• [SOURCE MATERIAL]:
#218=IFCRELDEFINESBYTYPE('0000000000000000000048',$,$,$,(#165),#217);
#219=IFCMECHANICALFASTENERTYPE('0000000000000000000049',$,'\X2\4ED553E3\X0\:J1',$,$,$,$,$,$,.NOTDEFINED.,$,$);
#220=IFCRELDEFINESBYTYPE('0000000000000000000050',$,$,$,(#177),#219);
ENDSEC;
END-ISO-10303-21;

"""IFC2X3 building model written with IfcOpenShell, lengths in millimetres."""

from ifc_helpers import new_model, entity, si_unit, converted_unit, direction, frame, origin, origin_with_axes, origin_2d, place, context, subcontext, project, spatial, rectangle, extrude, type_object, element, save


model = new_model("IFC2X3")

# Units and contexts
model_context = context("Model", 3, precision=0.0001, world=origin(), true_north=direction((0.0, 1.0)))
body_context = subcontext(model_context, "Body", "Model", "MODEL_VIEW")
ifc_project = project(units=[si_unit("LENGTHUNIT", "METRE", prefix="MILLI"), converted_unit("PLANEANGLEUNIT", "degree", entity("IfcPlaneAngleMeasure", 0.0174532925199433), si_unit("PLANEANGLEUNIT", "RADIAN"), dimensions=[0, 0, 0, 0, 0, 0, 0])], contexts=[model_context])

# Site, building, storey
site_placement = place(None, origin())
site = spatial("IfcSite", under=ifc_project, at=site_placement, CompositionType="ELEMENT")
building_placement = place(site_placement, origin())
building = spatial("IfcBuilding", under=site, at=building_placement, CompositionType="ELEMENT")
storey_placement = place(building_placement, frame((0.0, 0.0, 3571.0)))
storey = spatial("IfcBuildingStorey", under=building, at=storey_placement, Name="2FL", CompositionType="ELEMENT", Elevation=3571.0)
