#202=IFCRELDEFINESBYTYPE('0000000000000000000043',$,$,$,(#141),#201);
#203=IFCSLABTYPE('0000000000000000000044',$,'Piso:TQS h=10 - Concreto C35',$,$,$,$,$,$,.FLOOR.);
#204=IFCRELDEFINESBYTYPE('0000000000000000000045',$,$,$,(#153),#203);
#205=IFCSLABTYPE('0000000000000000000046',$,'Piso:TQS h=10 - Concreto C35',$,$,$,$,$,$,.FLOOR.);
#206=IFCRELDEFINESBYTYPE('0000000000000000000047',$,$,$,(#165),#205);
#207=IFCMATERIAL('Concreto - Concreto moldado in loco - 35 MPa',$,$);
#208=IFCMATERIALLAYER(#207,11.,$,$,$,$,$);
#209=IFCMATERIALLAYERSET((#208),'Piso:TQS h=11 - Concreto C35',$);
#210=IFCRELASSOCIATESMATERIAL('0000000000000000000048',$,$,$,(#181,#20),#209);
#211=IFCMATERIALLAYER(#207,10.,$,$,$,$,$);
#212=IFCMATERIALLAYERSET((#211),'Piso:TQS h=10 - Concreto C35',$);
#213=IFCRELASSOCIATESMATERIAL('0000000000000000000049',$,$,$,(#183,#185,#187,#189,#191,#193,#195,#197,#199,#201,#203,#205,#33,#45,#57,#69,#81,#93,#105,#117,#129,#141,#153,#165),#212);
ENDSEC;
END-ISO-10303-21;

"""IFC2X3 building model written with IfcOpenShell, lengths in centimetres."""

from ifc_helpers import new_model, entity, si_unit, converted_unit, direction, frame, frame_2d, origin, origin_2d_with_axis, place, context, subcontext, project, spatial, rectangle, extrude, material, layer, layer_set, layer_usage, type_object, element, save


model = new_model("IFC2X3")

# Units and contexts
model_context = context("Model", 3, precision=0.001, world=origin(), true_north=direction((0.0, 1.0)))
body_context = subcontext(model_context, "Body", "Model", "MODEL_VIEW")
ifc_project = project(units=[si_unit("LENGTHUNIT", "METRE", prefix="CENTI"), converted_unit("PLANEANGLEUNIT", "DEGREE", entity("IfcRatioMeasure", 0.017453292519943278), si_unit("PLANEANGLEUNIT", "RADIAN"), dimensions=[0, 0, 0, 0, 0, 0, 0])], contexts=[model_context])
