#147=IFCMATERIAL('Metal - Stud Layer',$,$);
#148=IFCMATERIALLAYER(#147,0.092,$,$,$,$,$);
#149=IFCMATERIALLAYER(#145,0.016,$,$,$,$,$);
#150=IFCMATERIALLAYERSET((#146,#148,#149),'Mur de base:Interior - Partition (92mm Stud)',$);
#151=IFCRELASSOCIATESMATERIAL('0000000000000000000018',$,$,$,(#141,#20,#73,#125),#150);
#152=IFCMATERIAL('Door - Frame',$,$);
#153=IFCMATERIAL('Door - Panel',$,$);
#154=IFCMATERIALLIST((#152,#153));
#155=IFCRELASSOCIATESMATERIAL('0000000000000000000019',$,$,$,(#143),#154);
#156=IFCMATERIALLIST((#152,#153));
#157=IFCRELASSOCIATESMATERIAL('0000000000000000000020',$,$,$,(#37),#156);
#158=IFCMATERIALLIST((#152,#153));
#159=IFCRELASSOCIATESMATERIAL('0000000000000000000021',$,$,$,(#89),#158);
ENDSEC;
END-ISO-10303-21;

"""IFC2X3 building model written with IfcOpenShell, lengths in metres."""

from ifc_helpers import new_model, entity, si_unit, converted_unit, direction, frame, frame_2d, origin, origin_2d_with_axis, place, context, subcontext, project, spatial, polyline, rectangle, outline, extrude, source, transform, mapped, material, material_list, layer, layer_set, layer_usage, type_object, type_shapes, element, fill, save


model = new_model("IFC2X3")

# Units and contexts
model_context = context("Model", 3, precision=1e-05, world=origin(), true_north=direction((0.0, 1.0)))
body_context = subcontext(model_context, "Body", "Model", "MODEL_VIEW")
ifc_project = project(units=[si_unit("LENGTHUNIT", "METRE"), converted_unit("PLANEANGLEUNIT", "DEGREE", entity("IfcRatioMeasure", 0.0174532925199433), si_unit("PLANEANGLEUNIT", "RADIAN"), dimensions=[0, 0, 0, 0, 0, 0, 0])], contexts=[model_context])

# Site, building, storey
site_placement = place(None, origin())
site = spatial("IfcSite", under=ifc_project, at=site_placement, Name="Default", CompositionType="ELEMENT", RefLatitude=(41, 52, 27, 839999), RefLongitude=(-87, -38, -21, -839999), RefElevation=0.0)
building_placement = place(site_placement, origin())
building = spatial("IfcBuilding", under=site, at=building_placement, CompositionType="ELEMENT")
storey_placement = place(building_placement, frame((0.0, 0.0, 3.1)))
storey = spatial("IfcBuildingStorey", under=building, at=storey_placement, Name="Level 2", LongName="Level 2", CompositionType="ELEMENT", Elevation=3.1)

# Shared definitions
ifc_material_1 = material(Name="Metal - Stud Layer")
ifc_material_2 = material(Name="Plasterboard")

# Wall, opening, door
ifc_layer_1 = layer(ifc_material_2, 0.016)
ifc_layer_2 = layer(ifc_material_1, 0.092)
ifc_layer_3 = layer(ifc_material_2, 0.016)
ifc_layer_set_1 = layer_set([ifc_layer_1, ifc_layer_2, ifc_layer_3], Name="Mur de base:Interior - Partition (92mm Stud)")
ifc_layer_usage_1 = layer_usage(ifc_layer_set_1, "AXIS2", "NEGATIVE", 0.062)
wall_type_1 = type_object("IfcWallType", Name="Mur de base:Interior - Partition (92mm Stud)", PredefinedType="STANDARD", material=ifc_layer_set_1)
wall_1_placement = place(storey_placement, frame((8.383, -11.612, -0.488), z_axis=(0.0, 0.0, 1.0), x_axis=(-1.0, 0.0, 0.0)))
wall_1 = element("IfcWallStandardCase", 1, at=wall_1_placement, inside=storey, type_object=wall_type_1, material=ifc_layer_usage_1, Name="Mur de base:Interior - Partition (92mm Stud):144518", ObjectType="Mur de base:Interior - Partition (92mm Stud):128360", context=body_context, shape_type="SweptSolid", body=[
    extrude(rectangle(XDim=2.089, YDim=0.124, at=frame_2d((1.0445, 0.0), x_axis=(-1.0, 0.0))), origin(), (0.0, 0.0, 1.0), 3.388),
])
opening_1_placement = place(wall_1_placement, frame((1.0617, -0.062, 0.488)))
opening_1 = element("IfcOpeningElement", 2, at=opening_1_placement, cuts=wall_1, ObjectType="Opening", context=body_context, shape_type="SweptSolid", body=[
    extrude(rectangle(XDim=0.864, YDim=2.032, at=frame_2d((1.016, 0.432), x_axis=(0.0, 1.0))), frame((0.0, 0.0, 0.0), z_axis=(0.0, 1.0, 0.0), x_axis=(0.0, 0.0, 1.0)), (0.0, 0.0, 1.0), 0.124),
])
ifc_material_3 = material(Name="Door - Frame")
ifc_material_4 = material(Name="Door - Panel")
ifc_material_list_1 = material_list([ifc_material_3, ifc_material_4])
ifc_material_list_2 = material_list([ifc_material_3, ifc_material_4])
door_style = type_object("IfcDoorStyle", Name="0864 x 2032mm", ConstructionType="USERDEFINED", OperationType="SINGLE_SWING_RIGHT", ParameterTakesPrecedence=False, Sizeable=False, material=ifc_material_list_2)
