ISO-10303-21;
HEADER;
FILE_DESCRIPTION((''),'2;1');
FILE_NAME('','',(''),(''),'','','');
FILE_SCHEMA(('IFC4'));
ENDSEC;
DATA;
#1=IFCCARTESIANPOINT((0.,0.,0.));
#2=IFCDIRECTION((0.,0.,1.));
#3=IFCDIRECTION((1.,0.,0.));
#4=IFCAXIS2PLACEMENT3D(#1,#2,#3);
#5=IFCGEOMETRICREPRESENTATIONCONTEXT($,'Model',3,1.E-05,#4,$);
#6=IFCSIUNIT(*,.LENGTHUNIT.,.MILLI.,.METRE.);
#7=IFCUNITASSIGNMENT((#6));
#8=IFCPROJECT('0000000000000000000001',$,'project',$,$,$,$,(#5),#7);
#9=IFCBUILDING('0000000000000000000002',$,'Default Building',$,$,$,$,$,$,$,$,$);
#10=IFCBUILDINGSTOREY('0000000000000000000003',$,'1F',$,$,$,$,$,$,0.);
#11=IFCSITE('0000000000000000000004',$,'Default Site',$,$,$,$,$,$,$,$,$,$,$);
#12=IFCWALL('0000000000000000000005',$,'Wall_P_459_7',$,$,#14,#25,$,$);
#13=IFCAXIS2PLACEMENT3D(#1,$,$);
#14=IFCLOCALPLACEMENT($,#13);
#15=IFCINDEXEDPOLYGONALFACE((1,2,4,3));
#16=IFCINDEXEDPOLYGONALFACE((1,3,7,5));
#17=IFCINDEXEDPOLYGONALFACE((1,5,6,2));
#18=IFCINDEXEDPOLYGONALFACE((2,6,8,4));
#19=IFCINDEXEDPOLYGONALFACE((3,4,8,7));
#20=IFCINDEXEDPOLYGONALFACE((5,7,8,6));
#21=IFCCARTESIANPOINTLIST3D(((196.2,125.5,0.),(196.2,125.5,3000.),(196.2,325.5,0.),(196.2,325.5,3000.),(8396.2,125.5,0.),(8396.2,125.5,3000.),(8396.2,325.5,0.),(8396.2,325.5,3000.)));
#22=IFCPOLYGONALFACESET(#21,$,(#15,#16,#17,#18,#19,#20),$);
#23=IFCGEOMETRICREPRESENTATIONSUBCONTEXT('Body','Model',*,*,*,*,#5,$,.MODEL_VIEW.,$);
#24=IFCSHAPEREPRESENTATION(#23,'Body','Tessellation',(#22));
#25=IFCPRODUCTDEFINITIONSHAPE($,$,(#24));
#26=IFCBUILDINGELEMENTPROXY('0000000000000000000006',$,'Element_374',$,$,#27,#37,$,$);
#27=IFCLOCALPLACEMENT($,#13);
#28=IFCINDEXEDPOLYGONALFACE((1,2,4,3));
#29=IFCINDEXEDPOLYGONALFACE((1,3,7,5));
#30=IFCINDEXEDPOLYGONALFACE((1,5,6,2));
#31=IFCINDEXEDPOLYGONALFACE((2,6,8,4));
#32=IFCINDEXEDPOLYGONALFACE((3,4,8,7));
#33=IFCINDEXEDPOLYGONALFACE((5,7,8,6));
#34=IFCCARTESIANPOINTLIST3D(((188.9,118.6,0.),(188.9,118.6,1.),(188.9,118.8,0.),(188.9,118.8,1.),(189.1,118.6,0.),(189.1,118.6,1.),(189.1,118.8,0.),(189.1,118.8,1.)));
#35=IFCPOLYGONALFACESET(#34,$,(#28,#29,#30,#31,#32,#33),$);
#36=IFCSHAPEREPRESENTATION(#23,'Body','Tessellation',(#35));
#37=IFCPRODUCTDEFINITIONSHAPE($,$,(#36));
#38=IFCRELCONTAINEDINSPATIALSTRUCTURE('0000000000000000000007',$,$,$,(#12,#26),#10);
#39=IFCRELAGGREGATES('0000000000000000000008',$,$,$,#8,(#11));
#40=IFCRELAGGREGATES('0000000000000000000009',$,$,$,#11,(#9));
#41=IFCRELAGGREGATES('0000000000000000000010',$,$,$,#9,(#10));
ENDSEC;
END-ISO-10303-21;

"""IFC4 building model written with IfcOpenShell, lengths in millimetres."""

from ifc_helpers import new_model, si_unit, frame, origin, origin_with_axes, place, context, subcontext, project, spatial, polyline, indexed_curve, outline, extrude, element, save


model = new_model("IFC4")

# Units and contexts
model_context = context("Model", 3, precision=1e-05, world=origin_with_axes())
body_context = subcontext(model_context, "Body", "Model", "MODEL_VIEW")
ifc_project = project(units=[si_unit("LENGTHUNIT", "METRE", prefix="MILLI")], contexts=[model_context])

# Site, building, storey
site = spatial("IfcSite", under=ifc_project, Name="Default Site")
building = spatial("IfcBuilding", under=site, Name="Default Building")
storey = spatial("IfcBuildingStorey", under=building, Name="1F", Elevation=0.0)

# Wall
wall_1_placement = place(None, frame((196.2, 125.5, 0.0), z_axis=(0.0, 0.0, 1.0), x_axis=(1.0, 0.0, 0.0)))
element("IfcWall", 1, at=wall_1_placement, inside=storey, Name="Wall_P_459_7", context=body_context, shape_type="SweptSolid", body=[
    extrude(outline(indexed_curve([(0.0, 0.0), (0.0, 200.0), (8200.0, 200.0), (8200.0, 0.0), (0.0, 0.0)], self_intersect=False)), origin_with_axes(), (0.0, 0.0, 1.0), 3000.0),
])

# Building element proxy
proxy_1_placement = place(None, frame((189.0, 118.7, 0.0), z_axis=(0.0, 0.0, 1.0), x_axis=(1.0, 0.0, 0.0)))
element("IfcBuildingElementProxy", 2, at=proxy_1_placement, inside=storey, Name="Element_374", context=body_context, shape_type="SweptSolid", body=[
    extrude(outline(polyline([(0.1, -0.1), (-0.1, -0.1), (-0.1, 0.1), (0.1, 0.1), (0.1, -0.1)])), origin(), (0.0, 0.0, 1.0), 1.0),
])

save(model, "model.ifc")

• [THE TASK]: The expected answer is a copy of each line in the records that holds the word "IFCRELDEFINESBYTYPE".

• [TASK RESPONSE]:
#218=IFCRELDEFINESBYTYPE('0000000000000000000048',$,$,$,(#165),#217);
#220=IFCRELDEFINESBYTYPE('0000000000000000000050',$,$,$,(#177),#219);
#202=IFCRELDEFINESBYTYPE('0000000000000000000043',$,$,$,(#141),#201);
#204=IFCRELDEFINESBYTYPE('0000000000000000000045',$,$,$,(#153),#203);
#206=IFCRELDEFINESBYTYPE('0000000000000000000047',$,$,$,(#165),#205);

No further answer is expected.